Segment Open
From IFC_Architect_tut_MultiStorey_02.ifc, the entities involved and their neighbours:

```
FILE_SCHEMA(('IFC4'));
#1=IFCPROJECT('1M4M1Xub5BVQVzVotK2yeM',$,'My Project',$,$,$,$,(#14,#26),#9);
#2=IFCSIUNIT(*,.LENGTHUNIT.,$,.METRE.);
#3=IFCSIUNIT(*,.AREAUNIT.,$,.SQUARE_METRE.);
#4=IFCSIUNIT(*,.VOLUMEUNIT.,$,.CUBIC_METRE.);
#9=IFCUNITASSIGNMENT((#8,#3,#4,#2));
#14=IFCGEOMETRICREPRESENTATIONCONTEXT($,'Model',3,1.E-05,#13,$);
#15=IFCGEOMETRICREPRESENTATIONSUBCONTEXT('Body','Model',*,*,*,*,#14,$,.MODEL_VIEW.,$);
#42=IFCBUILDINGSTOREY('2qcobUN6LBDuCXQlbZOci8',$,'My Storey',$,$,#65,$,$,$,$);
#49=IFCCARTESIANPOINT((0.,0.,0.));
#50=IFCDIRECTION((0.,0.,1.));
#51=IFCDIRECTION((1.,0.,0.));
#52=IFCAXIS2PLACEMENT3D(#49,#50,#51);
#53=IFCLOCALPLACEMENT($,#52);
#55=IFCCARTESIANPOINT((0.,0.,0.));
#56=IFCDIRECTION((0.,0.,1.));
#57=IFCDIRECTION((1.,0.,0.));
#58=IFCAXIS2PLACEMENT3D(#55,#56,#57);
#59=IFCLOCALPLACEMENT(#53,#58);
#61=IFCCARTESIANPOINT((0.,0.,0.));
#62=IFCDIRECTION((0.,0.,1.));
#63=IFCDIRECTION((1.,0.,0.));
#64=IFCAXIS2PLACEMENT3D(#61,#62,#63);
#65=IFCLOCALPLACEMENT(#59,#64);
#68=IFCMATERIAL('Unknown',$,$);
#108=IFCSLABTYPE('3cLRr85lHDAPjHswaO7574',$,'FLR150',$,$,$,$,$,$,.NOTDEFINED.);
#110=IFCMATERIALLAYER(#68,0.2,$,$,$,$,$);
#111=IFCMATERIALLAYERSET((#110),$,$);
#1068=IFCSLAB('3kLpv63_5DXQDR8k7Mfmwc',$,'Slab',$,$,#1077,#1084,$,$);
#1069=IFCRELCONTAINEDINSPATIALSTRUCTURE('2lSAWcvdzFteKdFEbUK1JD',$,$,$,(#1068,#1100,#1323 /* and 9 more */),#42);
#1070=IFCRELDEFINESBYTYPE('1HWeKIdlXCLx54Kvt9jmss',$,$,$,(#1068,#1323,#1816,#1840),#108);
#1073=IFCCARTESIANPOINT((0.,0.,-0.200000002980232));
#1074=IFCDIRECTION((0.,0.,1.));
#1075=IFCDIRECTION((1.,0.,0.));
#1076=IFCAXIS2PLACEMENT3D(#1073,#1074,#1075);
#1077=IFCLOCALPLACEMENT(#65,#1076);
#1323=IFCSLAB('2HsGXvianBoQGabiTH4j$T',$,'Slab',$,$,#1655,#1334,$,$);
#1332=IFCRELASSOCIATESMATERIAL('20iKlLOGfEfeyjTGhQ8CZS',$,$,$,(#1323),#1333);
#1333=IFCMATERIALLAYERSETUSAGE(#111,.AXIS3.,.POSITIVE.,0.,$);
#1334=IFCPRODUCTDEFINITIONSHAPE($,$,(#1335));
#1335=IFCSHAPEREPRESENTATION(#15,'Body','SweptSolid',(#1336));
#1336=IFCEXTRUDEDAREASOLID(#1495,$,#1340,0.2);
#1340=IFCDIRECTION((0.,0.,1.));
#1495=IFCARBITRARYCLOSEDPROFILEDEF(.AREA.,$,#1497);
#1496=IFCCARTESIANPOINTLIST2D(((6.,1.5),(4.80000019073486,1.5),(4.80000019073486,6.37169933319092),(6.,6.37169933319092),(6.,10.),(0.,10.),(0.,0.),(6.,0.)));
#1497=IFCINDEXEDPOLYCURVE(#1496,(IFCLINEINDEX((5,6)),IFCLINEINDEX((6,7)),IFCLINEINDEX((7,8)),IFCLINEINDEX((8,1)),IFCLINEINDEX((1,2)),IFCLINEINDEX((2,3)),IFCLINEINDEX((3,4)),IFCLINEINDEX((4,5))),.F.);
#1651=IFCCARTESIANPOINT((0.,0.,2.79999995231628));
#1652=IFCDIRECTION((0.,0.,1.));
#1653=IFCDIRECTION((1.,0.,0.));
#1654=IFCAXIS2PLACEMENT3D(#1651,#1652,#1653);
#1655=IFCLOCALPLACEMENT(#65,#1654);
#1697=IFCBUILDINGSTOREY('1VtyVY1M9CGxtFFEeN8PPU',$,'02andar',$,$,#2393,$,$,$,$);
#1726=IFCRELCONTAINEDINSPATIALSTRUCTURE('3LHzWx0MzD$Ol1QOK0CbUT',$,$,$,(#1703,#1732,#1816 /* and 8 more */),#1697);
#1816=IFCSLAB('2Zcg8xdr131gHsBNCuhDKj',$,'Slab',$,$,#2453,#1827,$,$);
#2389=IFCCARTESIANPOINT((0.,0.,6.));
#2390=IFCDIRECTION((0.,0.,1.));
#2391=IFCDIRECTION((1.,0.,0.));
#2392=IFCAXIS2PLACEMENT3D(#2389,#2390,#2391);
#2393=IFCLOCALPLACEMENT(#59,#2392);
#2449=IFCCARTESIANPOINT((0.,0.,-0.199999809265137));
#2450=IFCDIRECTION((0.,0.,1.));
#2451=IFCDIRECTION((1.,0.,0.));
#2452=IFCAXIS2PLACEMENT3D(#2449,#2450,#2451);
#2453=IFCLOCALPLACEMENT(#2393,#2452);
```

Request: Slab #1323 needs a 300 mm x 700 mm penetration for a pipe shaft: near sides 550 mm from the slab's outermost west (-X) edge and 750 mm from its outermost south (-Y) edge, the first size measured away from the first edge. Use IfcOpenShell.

```python
import numpy as np
import ifcopenshell
import ifcopenshell.api.feature
import ifcopenshell.api.geometry
import ifcopenshell.api.root
import ifcopenshell.geom
import ifcopenshell.util.placement
import ifcopenshell.util.representation
import ifcopenshell.util.shape
import ifcopenshell.util.unit

model = ifcopenshell.open("IFC_Architect_tut_MultiStorey_02.ifc")
unit_scale = ifcopenshell.util.unit.calculate_unit_scale(model)
settings = ifcopenshell.geom.settings()


def volume(element):
    """Net volume in cubic metres, openings subtracted."""
    shape = ifcopenshell.geom.create_shape(settings, element)
    return ifcopenshell.util.shape.get_volume(shape.geometry)


slab = model.by_id(1323)
before = volume(slab)

# Extent in the slab's own axes, in metres. The edges named are its -X and -Y sides.
slab_shape = ifcopenshell.geom.create_shape(settings, slab)
vertices = ifcopenshell.util.shape.get_vertices(slab_shape.geometry)
x_min, y_min, bottom = vertices.min(axis=0)
top = vertices[:, 2].max()

opening = ifcopenshell.api.root.create_entity(model, ifc_class="IfcOpeningElement", name="Pipe shaft opening", predefined_type="OPENING")
context = ifcopenshell.util.representation.get_context(model, "Model", "Body", "MODEL_VIEW")
width, depth = 0.3, 0.7
outline = [(0.0, 0.0), (width, 0.0), (width, depth), (0.0, depth), (0.0, 0.0)]
# Overshoot both faces by 50 mm so the cut is clean.
shape = ifcopenshell.api.geometry.add_slab_representation(
    model, context=context, depth=top - bottom + 0.1, polyline=outline
)
ifcopenshell.api.geometry.assign_representation(model, product=opening, representation=shape)

matrix = ifcopenshell.util.placement.get_local_placement(slab.ObjectPlacement)
matrix[:, 3] = matrix @ np.append(np.array([x_min + 0.55, y_min + 0.75, bottom - 0.05]) / unit_scale, 1.0)
ifcopenshell.api.geometry.edit_object_placement(model, product=opening, matrix=matrix, is_si=False)
ifcopenshell.api.feature.add_feature(model, feature=opening, element=slab)

after = volume(slab)

print(f"slab volume {before:.3f} -> {after:.3f} m3")

model.write("IFC_Architect_tut_MultiStorey_02_updated.ifc")
```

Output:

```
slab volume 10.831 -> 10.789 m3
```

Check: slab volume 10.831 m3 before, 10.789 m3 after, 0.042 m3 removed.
Segment Closed
INSTRUCTIONS FOR THE TASK:
Wherever the string "more" appears in the records above, copy the line it sits in.

SOLVED PROBLEM:
#1069=IFCRELCONTAINEDINSPATIALSTRUCTURE('2lSAWcvdzFteKdFEbUK1JD',$,$,$,(#1068,#1100,#1323 /* and 9 more */),#42);
#1726=IFCRELCONTAINEDINSPATIALSTRUCTURE('3LHzWx0MzD$Ol1QOK0CbUT',$,$,$,(#1703,#1732,#1816 /* and 8 more */),#1697);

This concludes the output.